Vulvovaginal lichen planus mimicking desquamative inflammatory vulvovaginitis: A case series

Abstract

Vulvovaginal lichen planus (VLP) is a chronic inflammatory dermatosis of the vulva with or without vaginal involvement. Its diagnosis can be challenging due to variations in morphology and histopathological findings. In 1988, Edwards and Friedrich reported a case series of VLP patients whose clinical presentation mimicked desquamative inflammatory vulvovaginitis (DIV).¹ DIV is an uncommon non-infective vulvovaginitis, characterised by pain, dyspareunia, pruritus and white or green non-offensive discharge. However, unlike VLP is not a scarring condition.² Herein we present a case series of women who were initially diagnosed with DIV but did not respond to treatment with topical clindamycin which is usually highly effective (Table 1). When their diagnosis was revised, they improved following treatment appropriate for VLP.

To our knowledge, this is the only other case series since 1988 to report patients with DIV-like VLP. DIV and VLP can pose significant diagnostic challenges as both have a wide range of clinical manifestations and histopathological findings, which often overlap. On histology, lichenoid infiltrate can be found in either condition, and the observed changes are often reported as ‘non-specific’. Additionally, the two conditions have a predilection for peri-/post-menopausal women.^{3, 4}

Desquamative inflammatory vulvovaginitis is typically characterised by vulval pain, dyspareunia and purulent white or green non-offensive discharge.^{5, 6} Erythema and petechiae or punctate erosions are usually observed on examination.^{2, 3} Meanwhile, in VLP, purulent discharge is not normally observed. DIV does not result in scarring, whereas VLP typically presents with glazed erythema, erosions and hyperkeratosis and frequently, if untreated causes scarring, loss of vulval structure and stenosis of the vagina.⁷ There can also be associated oral mucosal involvement (oral lichen planus) which is not observed in DIV. In our case series, petechiae were consistently observed in all patients. This suggests that although petechiae are not common findings in VLP,⁸ these may re-present a small sub-type of VLP mimicking DIV. Additionally, as in case 3, oral mucosal involvement may provide an additional clue pointing to a diagnosis of VLP.

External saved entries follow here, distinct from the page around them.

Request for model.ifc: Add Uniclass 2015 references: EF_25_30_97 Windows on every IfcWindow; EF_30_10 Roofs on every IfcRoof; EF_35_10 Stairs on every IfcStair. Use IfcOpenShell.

First a look at what the model holds.

```python
import ifcopenshell

model = ifcopenshell.open("model.ifc")
print(model.schema)
print("classifications:", [c.Name for c in model.by_type("IfcClassification")])
for ifc_class in ("IfcDoor", "IfcRoof", "IfcStair", "IfcWall", "IfcWindow"):
    print(ifc_class, len(model.by_type(ifc_class)))
```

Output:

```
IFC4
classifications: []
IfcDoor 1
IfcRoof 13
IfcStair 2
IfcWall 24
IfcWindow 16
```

```python
import ifcopenshell
import ifcopenshell.api.classification

model = ifcopenshell.open("model.ifc")

system = ifcopenshell.api.classification.add_classification(model, classification="Uniclass 2015")

codes = {
    "IfcWindow": ("EF_25_30_97", "Windows"),
    "IfcRoof": ("EF_30_10", "Roofs"),
    "IfcStair": ("EF_35_10", "Stairs"),
}
for ifc_class, (code, name) in codes.items():
    products = model.by_type(ifc_class)
    ifcopenshell.api.classification.add_reference(
        model, products=products, classification=system, identification=code, name=name
    )
    print(code, len(products))

model.write("model_updated.ifc")
```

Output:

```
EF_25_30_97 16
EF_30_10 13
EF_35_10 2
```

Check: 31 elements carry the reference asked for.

Treatment resistance should also prompt clinicians to consider an alternative diagnosis, as DIV usually responds promptly to topical antibiotic treatments, particularly 2% clindamycin. A study by Bradford et al. compared 101 cases of DIV to 75 cases of VLP.² The majority of DIV patients (94%) were responsive to 4–6 weeks of intravaginal clindamycin 2%, with 35% requiring maintenance therapy. In another study by Sobel et al. of 130 DIV patients over a 12-year period, 86% of the patients reported significant symptom improvement within 3 weeks of being commenced on clindamycin 2% or hydrocortisone 10% cream.

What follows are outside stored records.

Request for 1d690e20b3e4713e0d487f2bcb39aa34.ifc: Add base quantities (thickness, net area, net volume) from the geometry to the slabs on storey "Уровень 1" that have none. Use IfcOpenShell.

First a look at what the model holds.

```python
import ifcopenshell
import ifcopenshell.util.element
import ifcopenshell.util.unit

model = ifcopenshell.open("1d690e20b3e4713e0d487f2bcb39aa34.ifc")
print(model.schema)
for unit_type in ("LENGTHUNIT", "AREAUNIT", "VOLUMEUNIT"):
    print(unit_type, ifcopenshell.util.unit.calculate_unit_scale(model, unit_type))
storey = next(s for s in model.by_type("IfcBuildingStorey") if s.Name == "Уровень 1")
slabs = [e for e in ifcopenshell.util.element.get_decomposition(storey) if e.is_a("IfcSlab")]
for e in sorted(slabs, key=lambda e: e.id()):
    print(e.id(), e.is_a(), e.Name, list(ifcopenshell.util.element.get_psets(e, qtos_only=True)), sep=" | ")
```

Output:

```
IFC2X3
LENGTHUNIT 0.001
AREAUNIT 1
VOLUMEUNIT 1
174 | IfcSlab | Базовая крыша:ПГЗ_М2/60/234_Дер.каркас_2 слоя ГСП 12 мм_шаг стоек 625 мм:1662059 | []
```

```python
import ifcopenshell
import ifcopenshell.api.pset
import ifcopenshell.geom
import ifcopenshell.util.element
import ifcopenshell.util.shape
import ifcopenshell.util.unit

model = ifcopenshell.open("1d690e20b3e4713e0d487f2bcb39aa34.ifc")
unit_scale = ifcopenshell.util.unit.calculate_unit_scale(model)
area_scale = ifcopenshell.util.unit.calculate_unit_scale(model, "AREAUNIT")
volume_scale = ifcopenshell.util.unit.calculate_unit_scale(model, "VOLUMEUNIT")
settings = ifcopenshell.geom.settings()

storey = next(s for s in model.by_type("IfcBuildingStorey") if s.Name == "Уровень 1")
slabs = [e for e in ifcopenshell.util.element.get_decomposition(storey) if e.is_a("IfcSlab")]

for e in sorted(slabs, key=lambda e: e.id()):
    if ifcopenshell.util.element.get_psets(e, qtos_only=True, should_inherit=False):
        continue
    # Geometry comes back in metres, in the element's own axes.
    shape = ifcopenshell.geom.create_shape(settings, e)
    values = {
        "Width": ifcopenshell.util.shape.get_z(shape.geometry) / unit_scale,
        "NetArea": ifcopenshell.util.shape.get_footprint_area(shape.geometry) / area_scale,
        "NetVolume": ifcopenshell.util.shape.get_volume(shape.geometry) / volume_scale,
    }
    qto = ifcopenshell.api.pset.add_qto(model, product=e, name="BaseQuantities")
    ifcopenshell.api.pset.edit_qto(model, qto=qto, properties=values)
    print(e.id(), {k: round(v, 3) for k, v in values.items()})

model.write("1d690e20b3e4713e0d487f2bcb39aa34-out.ifc")
```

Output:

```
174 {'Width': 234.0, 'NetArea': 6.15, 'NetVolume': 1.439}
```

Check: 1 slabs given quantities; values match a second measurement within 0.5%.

Historical triggers have been reported as potential differentiators between DIV and VLP. In the study by Bradford et al., more than half of DIV patients (56%) reported historical triggers, compared to only 15% in the VLP group (p < 0.0001).² Some of the documented triggers included diarrhoea, prolonged antibiotic use and acute genital infection. In the presented case series, two patients had suspected chronic vulvovaginal candidiasis (CVVC). One patient had a drug reaction with eosinophilia and systemic symptoms (DRESS) due to lamotrigine prior to the disease onset.

It would also appear that DIV like VLP is a challenge to treat. Only one of our patients was able to achieve control with topical corticosteroids with all others requiring systemic treatments.

In summary, VLP can present with signs and symptoms mimicking DIV. In patients who have been diagnosed with DIV and demonstrate treatment resistance, an alternative diagnosis of VLP should be considered. The involvement of other body sites, such as oral mucosa, can also help in making the diagnosis of VLP. This subgroup of VLP appears to require systemic treatment in most cases.

None reported.

Ethics approval has been obtained from the Ramsay Health Care Human Research Ethics Committee.

All patients have consented to the inclusion of their cases in this report for journal publication. Consent has been obtained from patients, whose photos are included in this report.